I have this df where I have columns with date&time, date, and time. And of course the observations of CH4 and the calculated Ratio (I have more, but that is unrelevant to this question).
'data.frame': 1420847 obs. of 17 variables
$ Start : Factor w/ 1469 levels "2013-08-31 23:56:09.000",..: 2 2 2 2 2 2 2 2 2 2 ...
$ CO2 : int 1510 1950 1190 1170 780 870 730 740 680 700 ...
$ CH4 : int 66 77 62 58 34 51 36 43 32 40 ...
$ Ratio : num 0.0437 0.0395 0.0521 0.0496 0.0436 ...
$ Start_time: POSIXlt, format: "2013-11-20 00:10:05" "2013-11-20 00:10:05" "2013-11-20 00:10:05" "2013-11-20 00:10:05" ...
$ Start_date: Date, format: "2013-09-01" "2013-09-01" "2013-09-01" "2013-09-01" ...
Now I wish to split every day in six blocks of 4 hrs and to assign numbers 1 - 6 to each block. The problem, however, is that I only have the date and time at which the measurements started (Start_date
and Start_time
, or the combined Start
), so I think it is necessary to assign each new Start_time
to a block
. The length of the observations varies a lot, so there is no option of assigning a number to it. This is what I wish to accomplish:
Start Start_time Start_date CO2 CH4 Ratio block
2013-09-01 00:10:05.000 00:10:05 2013-09-01 1510 66 0.04370861 1
2013-09-01 00:10:05.000 00:10:05 2013-09-01 1950 77 0.03948718 1
2013-09-01 05:16:55.000 05:16:55 2013-09-01 1190 62 0.05210084 2
2013-09-01 05:16:55.000 05:16:55 2013-09-01 1170 58 0.04957265 2
2013-09-01 05:16:55.000 05:16:55 2013-09-01 780 34 0.04358974 2
2013-09-01 12:44:33.000 12:44:33 2013-09-01 870 51 0.05862069 4
2013-09-01 12:44:33.000 12:44:33 2013-09-01 730 36 0.04931507 4
2013-09-01 22:14:23.000 22:14:23 2013-09-01 740 43 0.05810811 6
2013-09-01 22:14:23.000 22:14:23 2013-09-01 680 32 0.04705882 6
2013-09-02 08:37:05.000 08:37:05 2013-09-02 700 40 0.05714286 3
2013-09-02 08:37:05.000 08:37:05 2013-09-02 610 35 0.05737705 3
2013-09-02 17:22:33.000 17:22:33 2013-09-02 630 25 0.03968254 5
2013-09-02 17:22:33.000 17:22:33 2013-09-02 670 40 0.05970149 5
2013-09-02 23:59:44.000 23:59:44 2013-09-02 640 37 0.05781250 6
2013-09-02 23:59:44.000 23:59:44 2013-09-02 730 35 0.04794521 6
I have searched this website and also tried Google but, so far, I have found no answer. I have tried the following code, which I found in an answer on this website but no luck.
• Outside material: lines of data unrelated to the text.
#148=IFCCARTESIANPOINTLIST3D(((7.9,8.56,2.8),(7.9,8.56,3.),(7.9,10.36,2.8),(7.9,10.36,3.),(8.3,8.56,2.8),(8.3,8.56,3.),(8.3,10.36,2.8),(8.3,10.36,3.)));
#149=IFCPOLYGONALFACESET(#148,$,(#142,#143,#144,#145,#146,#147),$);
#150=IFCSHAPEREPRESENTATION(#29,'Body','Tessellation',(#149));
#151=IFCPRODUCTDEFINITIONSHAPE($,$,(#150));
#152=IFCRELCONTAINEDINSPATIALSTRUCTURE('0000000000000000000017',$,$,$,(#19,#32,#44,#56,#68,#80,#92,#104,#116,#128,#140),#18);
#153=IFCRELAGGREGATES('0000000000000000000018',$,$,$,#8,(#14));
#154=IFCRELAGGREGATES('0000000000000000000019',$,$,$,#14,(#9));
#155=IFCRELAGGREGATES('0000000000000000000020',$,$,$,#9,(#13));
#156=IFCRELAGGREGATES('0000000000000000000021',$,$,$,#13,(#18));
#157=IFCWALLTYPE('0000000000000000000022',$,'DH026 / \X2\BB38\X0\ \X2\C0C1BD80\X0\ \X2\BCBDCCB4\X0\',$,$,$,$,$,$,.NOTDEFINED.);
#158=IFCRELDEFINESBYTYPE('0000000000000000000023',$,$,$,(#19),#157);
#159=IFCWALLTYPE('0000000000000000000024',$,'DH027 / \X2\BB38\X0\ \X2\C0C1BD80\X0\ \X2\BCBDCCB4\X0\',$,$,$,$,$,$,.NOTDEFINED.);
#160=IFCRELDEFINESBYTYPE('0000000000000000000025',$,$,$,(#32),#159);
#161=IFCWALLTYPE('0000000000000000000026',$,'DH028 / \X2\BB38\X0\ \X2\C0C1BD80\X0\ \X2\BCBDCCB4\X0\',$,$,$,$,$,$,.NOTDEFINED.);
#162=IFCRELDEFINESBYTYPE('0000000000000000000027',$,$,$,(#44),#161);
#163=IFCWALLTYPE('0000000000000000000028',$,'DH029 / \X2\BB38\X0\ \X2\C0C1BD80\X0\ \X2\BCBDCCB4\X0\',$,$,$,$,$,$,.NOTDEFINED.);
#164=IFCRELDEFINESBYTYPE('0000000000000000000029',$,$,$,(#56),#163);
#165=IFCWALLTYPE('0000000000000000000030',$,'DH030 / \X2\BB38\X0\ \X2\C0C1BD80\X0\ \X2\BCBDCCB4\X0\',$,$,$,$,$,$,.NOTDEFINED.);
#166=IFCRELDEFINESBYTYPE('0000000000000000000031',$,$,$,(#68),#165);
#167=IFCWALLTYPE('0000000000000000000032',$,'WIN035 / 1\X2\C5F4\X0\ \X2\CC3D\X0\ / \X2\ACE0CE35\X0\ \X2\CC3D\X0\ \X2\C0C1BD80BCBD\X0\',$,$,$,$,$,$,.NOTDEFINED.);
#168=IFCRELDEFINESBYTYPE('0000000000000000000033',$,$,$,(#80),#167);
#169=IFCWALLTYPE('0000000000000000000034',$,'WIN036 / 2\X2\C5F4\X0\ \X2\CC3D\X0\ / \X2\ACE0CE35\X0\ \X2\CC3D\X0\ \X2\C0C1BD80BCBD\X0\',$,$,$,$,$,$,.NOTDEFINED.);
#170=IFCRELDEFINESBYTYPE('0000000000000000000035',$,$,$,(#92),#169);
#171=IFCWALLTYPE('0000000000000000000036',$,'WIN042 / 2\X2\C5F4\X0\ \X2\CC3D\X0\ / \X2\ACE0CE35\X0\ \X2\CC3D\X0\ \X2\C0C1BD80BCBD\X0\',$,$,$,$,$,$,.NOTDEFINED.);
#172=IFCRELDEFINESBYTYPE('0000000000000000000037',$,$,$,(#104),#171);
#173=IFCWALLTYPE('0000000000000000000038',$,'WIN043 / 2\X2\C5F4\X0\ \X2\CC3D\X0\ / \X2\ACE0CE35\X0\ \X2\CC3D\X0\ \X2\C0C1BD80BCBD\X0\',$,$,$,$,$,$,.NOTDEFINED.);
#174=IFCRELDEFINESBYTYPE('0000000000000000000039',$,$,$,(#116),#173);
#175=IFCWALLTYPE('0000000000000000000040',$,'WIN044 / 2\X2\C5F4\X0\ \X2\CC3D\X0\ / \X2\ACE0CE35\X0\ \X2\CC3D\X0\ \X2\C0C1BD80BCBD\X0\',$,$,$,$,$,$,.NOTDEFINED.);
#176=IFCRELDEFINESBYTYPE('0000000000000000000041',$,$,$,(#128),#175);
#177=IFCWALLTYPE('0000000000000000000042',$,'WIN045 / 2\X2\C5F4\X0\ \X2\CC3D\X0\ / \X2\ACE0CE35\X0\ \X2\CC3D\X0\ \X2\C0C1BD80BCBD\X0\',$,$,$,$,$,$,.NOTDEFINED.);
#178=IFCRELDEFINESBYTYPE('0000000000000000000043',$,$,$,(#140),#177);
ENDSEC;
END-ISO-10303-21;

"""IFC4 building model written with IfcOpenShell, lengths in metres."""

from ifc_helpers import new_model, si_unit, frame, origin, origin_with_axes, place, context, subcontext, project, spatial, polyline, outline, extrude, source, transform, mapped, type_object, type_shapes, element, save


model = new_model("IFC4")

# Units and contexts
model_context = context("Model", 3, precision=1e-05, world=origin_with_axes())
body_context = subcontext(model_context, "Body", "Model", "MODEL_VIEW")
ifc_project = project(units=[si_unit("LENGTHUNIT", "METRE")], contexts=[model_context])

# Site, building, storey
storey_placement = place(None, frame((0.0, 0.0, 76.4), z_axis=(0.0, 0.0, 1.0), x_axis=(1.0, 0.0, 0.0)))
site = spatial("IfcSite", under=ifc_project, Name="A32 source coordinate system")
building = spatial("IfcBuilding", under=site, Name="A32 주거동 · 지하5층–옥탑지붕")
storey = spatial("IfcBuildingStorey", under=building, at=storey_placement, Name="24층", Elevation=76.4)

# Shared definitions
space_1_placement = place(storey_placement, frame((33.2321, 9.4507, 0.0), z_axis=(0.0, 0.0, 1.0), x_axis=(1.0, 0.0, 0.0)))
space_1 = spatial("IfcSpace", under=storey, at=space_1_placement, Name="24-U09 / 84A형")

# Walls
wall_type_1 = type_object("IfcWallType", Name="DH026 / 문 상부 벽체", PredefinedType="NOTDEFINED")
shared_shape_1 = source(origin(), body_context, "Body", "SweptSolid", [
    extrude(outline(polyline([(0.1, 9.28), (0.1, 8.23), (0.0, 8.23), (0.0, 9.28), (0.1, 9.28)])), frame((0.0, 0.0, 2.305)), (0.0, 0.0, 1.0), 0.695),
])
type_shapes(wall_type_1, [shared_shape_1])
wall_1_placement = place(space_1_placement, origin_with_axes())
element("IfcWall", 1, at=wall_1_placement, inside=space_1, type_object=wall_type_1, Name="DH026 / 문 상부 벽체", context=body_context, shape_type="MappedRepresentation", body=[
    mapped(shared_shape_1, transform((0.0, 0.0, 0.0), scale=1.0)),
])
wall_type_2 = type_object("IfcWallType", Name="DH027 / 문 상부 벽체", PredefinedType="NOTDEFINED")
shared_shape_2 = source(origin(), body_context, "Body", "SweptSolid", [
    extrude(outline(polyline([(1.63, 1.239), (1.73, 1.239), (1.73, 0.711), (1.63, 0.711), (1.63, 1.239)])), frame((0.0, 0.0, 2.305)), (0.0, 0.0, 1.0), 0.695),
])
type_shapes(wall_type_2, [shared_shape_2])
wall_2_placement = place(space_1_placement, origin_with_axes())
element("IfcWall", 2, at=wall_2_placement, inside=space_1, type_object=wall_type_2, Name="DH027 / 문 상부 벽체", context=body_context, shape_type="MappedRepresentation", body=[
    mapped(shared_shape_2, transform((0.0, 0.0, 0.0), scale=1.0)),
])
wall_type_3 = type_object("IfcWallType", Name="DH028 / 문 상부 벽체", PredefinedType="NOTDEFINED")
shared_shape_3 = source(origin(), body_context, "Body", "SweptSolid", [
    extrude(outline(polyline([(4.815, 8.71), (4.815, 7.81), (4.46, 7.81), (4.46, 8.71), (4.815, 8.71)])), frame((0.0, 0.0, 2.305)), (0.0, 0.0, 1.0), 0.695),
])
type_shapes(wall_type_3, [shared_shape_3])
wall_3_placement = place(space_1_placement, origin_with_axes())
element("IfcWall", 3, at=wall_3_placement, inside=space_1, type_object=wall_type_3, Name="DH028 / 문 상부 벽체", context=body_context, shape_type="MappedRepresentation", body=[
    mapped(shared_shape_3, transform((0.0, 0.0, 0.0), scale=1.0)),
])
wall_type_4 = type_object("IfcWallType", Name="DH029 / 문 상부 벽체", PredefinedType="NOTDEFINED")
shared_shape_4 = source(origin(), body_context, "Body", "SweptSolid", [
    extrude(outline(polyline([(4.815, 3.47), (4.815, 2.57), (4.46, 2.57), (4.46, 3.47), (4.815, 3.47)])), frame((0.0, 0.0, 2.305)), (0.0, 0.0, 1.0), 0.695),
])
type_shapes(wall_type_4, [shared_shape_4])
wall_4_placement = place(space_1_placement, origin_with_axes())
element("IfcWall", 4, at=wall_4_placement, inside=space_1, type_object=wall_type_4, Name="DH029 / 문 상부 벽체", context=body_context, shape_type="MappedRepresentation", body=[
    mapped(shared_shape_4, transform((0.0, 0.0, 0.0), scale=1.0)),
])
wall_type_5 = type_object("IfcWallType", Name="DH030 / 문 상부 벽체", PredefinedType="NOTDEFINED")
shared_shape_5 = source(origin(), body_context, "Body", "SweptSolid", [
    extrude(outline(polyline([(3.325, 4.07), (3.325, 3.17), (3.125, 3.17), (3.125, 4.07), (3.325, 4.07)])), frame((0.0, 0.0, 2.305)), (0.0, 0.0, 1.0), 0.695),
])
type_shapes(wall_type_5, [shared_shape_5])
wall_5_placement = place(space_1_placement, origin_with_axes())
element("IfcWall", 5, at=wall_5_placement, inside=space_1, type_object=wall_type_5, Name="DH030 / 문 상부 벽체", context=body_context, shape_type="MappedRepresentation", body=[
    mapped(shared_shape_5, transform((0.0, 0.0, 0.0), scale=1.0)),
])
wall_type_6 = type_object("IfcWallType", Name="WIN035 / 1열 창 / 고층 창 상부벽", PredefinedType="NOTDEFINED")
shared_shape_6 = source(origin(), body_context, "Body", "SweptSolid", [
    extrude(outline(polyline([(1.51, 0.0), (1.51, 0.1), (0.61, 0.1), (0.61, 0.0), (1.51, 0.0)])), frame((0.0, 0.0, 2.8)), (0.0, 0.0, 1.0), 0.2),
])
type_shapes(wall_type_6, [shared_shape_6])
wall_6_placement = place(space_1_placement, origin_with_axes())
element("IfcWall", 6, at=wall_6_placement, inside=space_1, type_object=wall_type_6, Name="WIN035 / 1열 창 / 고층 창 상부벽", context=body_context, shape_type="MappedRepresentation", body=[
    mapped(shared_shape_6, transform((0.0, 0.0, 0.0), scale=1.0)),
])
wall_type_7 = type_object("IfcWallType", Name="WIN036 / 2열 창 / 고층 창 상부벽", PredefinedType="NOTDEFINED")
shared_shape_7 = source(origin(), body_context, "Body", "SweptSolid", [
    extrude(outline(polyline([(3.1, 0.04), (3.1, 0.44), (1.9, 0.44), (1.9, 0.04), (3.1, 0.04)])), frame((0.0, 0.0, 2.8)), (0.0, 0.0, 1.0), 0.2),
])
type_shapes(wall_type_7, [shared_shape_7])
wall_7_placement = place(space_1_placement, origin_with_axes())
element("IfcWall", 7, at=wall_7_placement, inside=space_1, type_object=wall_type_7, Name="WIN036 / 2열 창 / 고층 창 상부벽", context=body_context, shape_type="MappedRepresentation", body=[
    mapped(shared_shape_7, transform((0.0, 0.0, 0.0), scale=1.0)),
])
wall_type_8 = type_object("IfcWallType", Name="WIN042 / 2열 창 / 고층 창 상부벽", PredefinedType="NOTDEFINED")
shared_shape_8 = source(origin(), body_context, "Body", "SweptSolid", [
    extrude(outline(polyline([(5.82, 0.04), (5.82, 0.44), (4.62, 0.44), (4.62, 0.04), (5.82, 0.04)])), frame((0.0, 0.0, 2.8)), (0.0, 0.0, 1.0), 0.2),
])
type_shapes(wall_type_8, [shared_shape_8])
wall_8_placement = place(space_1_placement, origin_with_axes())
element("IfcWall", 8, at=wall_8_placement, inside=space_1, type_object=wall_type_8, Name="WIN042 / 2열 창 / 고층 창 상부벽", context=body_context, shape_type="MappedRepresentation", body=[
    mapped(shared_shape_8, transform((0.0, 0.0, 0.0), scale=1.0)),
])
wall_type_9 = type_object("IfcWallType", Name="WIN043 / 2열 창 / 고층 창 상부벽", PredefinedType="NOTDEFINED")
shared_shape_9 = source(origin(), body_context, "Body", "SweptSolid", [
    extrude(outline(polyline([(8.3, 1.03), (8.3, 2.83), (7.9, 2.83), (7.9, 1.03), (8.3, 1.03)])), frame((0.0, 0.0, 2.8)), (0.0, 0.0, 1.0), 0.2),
qaa <- split(df, cut(strptime(paste(df$Start_date, df$Start_time), format = "%Y-%m-%d %H:%M"),"4 hours"))
Previously, I tried to split the number of observations in minutes, so I tried to adjust that code. And to be very honest, I have no idea what I am doing (as you can probably tell).
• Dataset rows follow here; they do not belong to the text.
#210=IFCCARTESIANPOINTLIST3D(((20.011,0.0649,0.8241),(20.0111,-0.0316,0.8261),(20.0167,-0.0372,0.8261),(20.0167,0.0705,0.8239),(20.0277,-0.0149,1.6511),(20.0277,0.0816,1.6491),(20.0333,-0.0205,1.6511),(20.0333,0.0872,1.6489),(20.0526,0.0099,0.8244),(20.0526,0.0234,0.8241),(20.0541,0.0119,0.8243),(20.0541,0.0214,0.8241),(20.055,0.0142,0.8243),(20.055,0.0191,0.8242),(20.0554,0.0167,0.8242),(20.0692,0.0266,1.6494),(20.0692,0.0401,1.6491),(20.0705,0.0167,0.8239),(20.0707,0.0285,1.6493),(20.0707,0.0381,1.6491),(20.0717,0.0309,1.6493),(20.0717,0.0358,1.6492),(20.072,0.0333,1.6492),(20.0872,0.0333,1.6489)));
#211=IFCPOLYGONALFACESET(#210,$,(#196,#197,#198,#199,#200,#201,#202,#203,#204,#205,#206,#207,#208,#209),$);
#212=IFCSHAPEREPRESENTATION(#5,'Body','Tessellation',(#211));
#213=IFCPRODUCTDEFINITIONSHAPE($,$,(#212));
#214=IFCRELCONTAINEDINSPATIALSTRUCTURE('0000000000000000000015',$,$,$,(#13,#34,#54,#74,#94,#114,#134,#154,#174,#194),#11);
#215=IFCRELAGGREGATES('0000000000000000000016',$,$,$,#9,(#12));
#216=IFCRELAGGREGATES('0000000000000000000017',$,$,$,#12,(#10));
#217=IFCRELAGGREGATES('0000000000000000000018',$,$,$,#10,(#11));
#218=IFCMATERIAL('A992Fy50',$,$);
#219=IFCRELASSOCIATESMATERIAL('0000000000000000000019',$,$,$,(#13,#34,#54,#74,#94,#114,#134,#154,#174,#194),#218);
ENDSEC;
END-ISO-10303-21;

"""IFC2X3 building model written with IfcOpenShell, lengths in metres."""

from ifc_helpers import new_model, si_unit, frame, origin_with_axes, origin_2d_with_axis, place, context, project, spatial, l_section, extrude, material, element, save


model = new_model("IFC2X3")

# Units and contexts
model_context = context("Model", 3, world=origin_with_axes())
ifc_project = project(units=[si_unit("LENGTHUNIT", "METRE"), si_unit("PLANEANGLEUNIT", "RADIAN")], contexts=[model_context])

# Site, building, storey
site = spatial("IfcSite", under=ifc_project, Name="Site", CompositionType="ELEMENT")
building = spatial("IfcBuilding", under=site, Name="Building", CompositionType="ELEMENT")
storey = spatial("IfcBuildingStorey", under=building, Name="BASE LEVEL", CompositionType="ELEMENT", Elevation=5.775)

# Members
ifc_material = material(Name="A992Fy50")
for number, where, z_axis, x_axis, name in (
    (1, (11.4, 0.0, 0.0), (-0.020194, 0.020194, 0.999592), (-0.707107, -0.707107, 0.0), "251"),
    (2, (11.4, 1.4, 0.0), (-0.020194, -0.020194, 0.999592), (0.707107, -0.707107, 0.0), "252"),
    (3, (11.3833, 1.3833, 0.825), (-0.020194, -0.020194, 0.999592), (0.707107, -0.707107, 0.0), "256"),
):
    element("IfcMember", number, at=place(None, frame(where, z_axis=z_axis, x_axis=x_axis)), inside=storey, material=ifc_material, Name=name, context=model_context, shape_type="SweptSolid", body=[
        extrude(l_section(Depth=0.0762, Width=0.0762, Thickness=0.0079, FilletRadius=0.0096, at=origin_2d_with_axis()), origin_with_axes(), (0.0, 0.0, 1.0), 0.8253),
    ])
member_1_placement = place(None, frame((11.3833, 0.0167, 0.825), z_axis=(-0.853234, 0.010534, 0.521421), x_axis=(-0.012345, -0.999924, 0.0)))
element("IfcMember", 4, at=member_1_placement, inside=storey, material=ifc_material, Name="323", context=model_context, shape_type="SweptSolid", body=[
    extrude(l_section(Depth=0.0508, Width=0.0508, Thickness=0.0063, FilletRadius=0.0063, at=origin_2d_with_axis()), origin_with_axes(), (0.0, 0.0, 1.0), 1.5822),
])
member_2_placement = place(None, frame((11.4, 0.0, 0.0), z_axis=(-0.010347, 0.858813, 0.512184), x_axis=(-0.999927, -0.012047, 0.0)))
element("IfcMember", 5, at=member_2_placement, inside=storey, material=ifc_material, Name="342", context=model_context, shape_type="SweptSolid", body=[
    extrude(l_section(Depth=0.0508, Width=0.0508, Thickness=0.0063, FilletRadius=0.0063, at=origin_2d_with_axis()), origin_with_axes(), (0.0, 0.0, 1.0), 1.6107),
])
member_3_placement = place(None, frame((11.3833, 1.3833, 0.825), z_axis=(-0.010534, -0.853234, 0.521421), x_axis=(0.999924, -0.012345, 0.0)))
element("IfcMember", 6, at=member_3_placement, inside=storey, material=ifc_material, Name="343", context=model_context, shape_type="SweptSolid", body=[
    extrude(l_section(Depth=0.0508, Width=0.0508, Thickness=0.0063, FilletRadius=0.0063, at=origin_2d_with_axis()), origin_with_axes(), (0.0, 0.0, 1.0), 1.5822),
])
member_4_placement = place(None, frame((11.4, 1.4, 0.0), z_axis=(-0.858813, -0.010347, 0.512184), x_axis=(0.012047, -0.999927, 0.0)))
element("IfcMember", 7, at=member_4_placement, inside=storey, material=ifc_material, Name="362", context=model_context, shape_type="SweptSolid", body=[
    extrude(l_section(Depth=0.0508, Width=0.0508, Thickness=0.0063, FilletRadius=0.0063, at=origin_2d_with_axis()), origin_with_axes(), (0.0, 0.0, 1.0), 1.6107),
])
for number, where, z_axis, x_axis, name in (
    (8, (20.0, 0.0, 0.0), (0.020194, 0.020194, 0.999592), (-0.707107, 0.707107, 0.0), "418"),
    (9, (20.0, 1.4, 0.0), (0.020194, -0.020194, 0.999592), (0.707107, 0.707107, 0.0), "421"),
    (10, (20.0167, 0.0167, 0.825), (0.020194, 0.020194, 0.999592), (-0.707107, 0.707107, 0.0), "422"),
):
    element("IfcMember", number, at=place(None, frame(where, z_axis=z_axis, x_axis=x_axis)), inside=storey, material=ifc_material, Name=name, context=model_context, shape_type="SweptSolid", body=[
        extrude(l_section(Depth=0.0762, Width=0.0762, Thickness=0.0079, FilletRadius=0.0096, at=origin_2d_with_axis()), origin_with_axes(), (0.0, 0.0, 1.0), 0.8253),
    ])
lst<- split(df, df$Start_date)
nobs <- "4 hours"
List <- unlist(lapply(lst, function(x) {
x$grp <- rep(1:(nrow(x)/nobs+1), each = nobs)[1:nrow(x)]
split(x, x$grp)}), recursive = FALSE)
b <- as.matrix(do.call("rbind", List))
Just to let you know, again, I am a NOOB concerning R so it takes me a lot of time to figure everything out. I understand very little of the language but I am trying my very best to make it work. I really enjoy working with it! If there is already another question like this on this website, please let me know so I can remove this.. I have not found it, though.
Thank you for taking your time to read my question and to consider to answer it!